Editorial de janvier-février-mars 2012

Chères amies, chers amis de la Morale Laïque,

Si les peuples précolombiens disposaient de remarquables astronomes, leurs astrologues ne valaient décidément pas un clou. Déjà que les Aztèques avaient confondu le retour de leur dieu Quetzalcóatl avec le débarquement de l’avide Cortès et de ses sbires évangélisateurs, ce qui leur fut fatal, il est maintenant avéré que les Mayas, du moins ceux qui prétendent les comprendre, n’auront pas été meilleurs pour prédire la date de la fin de l’humanité. Cet événement, tant redouté par certains, ne se produira pas, en effet, le vendredi 21 décembre 2012, ni même en 2220, car il s’est déjà produit en ce 13 octobre 2011, en Chine, dans la ville de Fashan, province du Guangdong, à 17h25. Comment ? Vous n’avez rien ressenti ? Vous n’avez pas suivi sur votre poste de télévision ces splendides héros, entraînés au maniement d’ogives thermonucléaires en tout genre, capables de dévier le plus volumineux des astéroïdes fous fonçant sur notre bonne vieille terre ? C’est que… Superman n’a pas eu le temps d’enfiler sa cape, ni Bruce Willis de ressentir ses premières ecchymoses, car cela n’a pas durée plus de 8 minutes. 8 terribles minutes.

A cette heure en effet, la petite Yeu Yeu, 2 ans environ, déambule dans la rue, devant la boutique familiale. Seule. Survient une camionnette, pas à vive allure, non, mais la chaussée est étroite. Pourquoi freiner ? Un choc, à peine. La petite tombe mais passe sous la roue avant du véhicule qui s’immobilise, un instant. Elle a déjà les jambes écrabouillées et ne bouge pas. Rapide calcul du chauffeur. Indemnités pour la famille d’un décédé : 2000 €, tout au plus ; indemnité à verser à un invalide : au moins 10 fois plus. On redémarre ! La roue arrière broie maintenant le bassin de la petite et la camionnette s’éloigne. Du sang se répand lentement sur la chaussée. Mais la fillette respire. Elle vit. Encore. Contemple-t-elle sans cri la scène qui l’entoure ? Pas moins de quinze personnes passeront à quelques centimètres de l’enfant pourtant au milieu de la chaussée.
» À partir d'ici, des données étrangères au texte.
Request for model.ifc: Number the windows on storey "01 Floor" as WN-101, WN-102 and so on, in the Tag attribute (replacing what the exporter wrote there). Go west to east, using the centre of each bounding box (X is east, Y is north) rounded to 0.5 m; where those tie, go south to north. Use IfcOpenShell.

First a look at what the model holds.

```python
import ifcopenshell
import ifcopenshell.util.element
import ifcopenshell.util.placement

model = ifcopenshell.open("model.ifc")
print(model.schema)
storey = next(s for s in model.by_type("IfcBuildingStorey") if s.Name == "01 Floor")
windows = [e for e in ifcopenshell.util.element.get_decomposition(storey) if e.is_a("IfcWindow")]
for e in sorted(windows, key=lambda e: e.id()):
    origin = ifcopenshell.util.placement.get_local_placement(e.ObjectPlacement)[:3, 3]
    print(e.id(), e.Tag, e.Name, origin.round(2) + 0.0, sep=" | ")
```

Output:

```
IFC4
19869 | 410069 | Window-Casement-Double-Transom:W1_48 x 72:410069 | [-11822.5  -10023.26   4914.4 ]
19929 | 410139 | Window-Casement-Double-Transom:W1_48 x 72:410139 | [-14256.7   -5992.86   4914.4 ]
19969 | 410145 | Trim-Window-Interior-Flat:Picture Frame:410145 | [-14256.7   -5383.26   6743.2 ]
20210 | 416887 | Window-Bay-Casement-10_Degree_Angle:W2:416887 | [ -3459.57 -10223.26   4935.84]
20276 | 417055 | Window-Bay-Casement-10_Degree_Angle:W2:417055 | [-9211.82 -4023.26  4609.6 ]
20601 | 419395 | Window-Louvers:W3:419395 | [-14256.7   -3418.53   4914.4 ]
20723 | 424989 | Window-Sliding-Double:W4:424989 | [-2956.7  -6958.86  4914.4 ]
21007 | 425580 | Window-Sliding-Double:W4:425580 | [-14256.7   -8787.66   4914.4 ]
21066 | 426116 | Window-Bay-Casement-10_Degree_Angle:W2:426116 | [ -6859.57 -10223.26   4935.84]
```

```python
import ifcopenshell
import ifcopenshell.geom
import ifcopenshell.util.element
import ifcopenshell.util.shape

model = ifcopenshell.open("model.ifc")
settings = ifcopenshell.geom.settings()
settings.set("use-world-coords", True)


def centre(element):
    shape = ifcopenshell.geom.create_shape(settings, element)
    return ifcopenshell.util.shape.get_bbox_centroid(shape.geometry)


storey = next(s for s in model.by_type("IfcBuildingStorey") if s.Name == "01 Floor")
windows = [e for e in ifcopenshell.util.element.get_decomposition(storey) if e.is_a("IfcWindow")]

# Insertion points can sit at a corner or the storey origin, so sort by the geometry (in metres).
centres = {e: centre(e) for e in windows}
windows.sort(key=lambda e: (round(centres[e][0] / 0.5), centres[e][1]))

for i, e in enumerate(windows, start=1):
    number = f"WN-1{i:02d}"
    e.Tag = number
    print(e.id(), number)

model.write("model_v2.ifc")
```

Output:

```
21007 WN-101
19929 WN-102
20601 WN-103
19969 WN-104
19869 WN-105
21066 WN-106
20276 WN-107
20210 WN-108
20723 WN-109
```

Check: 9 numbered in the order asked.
Qui à mobylette, qui à vélo, qui à pied ; telle mère promenant son fils par la main ; tous feront un écart et poursuivront leur route, jusqu’à ce camion qui ne dévie même pas de sa trajectoire pour éviter ce qu’il reste de la petite. Personne. Personne pour réagir. Personne pour s’approcher. Personne pour s’inquiéter, porter secours, malgré le sang qui continue à couler. Un hérisson écrasé ; une tourterelle à l’aile brisée ; un détritus, rien de plus. Humanité, où es-tu ? Confucius, que ne leur as-tu dit qu’il est un bien à conserver par-dessus tout ? Une éboueuse s’approche ; elle déplace ce tas de chairs hors de la voie. Les traces de sang ruineraient-elles son travail ? Non. Elle appelle, elle appelle à l’aide. La mère de l’enfant s’approche. Elle ramasse le misérable paquet et s’éloigne. Huit minutes. Huit minutes d’indifférence. Huit minutes de profonde honte. Huit minutes face à Toumaï, 7 millions d’années en arrière, qui n’avait pas conscience de la mort des siens.

Stéphane Hessel nous recommande de nous indigner. De nous indignez de tout ce qui nous entoure : des puissants, des gouvernements, des riches, des spéculateurs, des « systèmes » qui nous oppressent, voire nous oppriment. N’a-t-il pas oublié de nous recommander de nous indigner de nous ? De notre comportement ? De notre indifférence envers autrui ? A quoi peut bien servir le printemps arabe ou la survie de l’Euro, d’assainir les finances publiques ou scinder BHV, de défendre les plus nobles idéaux ou son épargne en bourse, si quelque part, dans le monde, un enfant, le 7 milliardième peut-être, agonise en pleine rue, dans l’indifférence générale, au milieu d’êtres qui se prétendent « humains » ? L’humanité est morte, ce 13 octobre 2011 entre 17h25 et 17h33, à Fashan, en Chine. Elle s’est évanouie avec le souffle d’une enfant.